== WORK REQUEST ==
All lines in the material below that contain "IFCPOLYGONALFACESET" should be located and copied.
******
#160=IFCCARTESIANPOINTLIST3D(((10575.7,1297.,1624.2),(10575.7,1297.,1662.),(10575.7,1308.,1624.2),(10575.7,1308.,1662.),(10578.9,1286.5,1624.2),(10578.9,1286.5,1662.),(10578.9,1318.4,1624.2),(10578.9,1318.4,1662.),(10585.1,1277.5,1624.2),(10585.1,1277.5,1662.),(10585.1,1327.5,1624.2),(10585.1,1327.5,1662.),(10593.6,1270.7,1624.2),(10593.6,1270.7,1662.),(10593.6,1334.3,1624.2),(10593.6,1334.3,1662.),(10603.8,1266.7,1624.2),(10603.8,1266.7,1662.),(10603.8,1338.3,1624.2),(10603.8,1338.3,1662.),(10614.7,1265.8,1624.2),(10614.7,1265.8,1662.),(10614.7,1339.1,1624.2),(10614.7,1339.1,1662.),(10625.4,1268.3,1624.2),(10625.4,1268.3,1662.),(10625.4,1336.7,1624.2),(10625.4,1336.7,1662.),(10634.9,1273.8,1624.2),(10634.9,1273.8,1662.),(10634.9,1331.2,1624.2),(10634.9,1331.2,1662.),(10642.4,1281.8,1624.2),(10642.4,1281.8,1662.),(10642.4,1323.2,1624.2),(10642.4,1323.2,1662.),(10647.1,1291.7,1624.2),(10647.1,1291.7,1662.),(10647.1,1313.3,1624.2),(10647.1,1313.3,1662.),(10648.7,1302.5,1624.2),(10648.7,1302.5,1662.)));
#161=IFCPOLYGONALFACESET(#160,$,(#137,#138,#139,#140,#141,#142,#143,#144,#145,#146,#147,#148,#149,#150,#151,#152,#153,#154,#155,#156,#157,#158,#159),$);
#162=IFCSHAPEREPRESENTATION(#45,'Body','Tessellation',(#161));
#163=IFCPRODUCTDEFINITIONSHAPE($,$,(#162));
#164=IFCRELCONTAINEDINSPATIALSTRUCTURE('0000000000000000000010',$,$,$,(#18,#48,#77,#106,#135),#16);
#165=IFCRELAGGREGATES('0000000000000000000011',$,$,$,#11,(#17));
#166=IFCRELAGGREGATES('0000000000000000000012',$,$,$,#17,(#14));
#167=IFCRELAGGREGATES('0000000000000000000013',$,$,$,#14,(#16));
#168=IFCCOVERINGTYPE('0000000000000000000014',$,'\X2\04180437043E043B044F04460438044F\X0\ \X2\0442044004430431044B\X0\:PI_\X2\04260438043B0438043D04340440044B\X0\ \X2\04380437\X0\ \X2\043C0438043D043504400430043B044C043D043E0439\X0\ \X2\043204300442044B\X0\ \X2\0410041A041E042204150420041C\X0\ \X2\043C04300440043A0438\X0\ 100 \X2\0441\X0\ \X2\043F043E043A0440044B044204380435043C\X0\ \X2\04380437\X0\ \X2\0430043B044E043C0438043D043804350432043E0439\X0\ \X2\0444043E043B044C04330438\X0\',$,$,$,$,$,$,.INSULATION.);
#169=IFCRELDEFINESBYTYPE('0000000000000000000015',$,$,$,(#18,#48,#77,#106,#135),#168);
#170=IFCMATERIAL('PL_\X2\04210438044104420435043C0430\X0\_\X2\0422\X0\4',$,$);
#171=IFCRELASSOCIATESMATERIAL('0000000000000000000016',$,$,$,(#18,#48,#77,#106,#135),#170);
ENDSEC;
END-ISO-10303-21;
******
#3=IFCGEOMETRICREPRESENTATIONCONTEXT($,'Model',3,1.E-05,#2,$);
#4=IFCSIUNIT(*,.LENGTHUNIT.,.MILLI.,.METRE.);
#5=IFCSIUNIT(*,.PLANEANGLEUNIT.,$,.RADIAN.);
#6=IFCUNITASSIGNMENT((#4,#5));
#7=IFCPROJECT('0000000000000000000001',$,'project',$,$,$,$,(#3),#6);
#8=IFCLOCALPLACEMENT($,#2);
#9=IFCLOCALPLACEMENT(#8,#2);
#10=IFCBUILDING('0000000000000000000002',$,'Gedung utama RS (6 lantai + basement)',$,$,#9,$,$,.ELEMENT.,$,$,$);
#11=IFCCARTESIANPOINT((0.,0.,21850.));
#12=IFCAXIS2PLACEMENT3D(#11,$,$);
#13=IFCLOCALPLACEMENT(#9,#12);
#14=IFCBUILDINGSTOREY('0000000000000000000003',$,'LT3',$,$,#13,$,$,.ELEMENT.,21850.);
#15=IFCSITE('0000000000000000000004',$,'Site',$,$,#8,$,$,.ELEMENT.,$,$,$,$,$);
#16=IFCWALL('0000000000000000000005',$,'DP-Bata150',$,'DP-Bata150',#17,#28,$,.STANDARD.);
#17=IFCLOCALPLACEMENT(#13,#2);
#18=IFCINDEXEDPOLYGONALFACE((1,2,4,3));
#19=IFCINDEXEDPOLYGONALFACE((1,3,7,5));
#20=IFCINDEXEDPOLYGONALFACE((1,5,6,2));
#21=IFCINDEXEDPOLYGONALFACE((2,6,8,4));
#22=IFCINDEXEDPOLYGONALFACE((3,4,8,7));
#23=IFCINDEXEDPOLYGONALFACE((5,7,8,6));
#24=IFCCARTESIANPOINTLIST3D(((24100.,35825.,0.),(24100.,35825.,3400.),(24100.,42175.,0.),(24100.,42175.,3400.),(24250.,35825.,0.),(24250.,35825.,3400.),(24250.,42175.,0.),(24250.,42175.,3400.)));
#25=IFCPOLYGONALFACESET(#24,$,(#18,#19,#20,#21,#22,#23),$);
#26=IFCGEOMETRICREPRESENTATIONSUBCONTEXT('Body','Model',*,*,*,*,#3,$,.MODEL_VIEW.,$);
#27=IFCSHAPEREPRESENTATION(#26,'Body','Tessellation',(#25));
******
== OUTPUT FOR THIS EXERCISE ==
#161=IFCPOLYGONALFACESET(#160,$,(#137,#138,#139,#140,#141,#142,#143,#144,#145,#146,#147,#148,#149,#150,#151,#152,#153,#154,#155,#156,#157,#158,#159),$);
#25=IFCPOLYGONALFACESET(#24,$,(#18,#19,#20,#21,#22,#23),$);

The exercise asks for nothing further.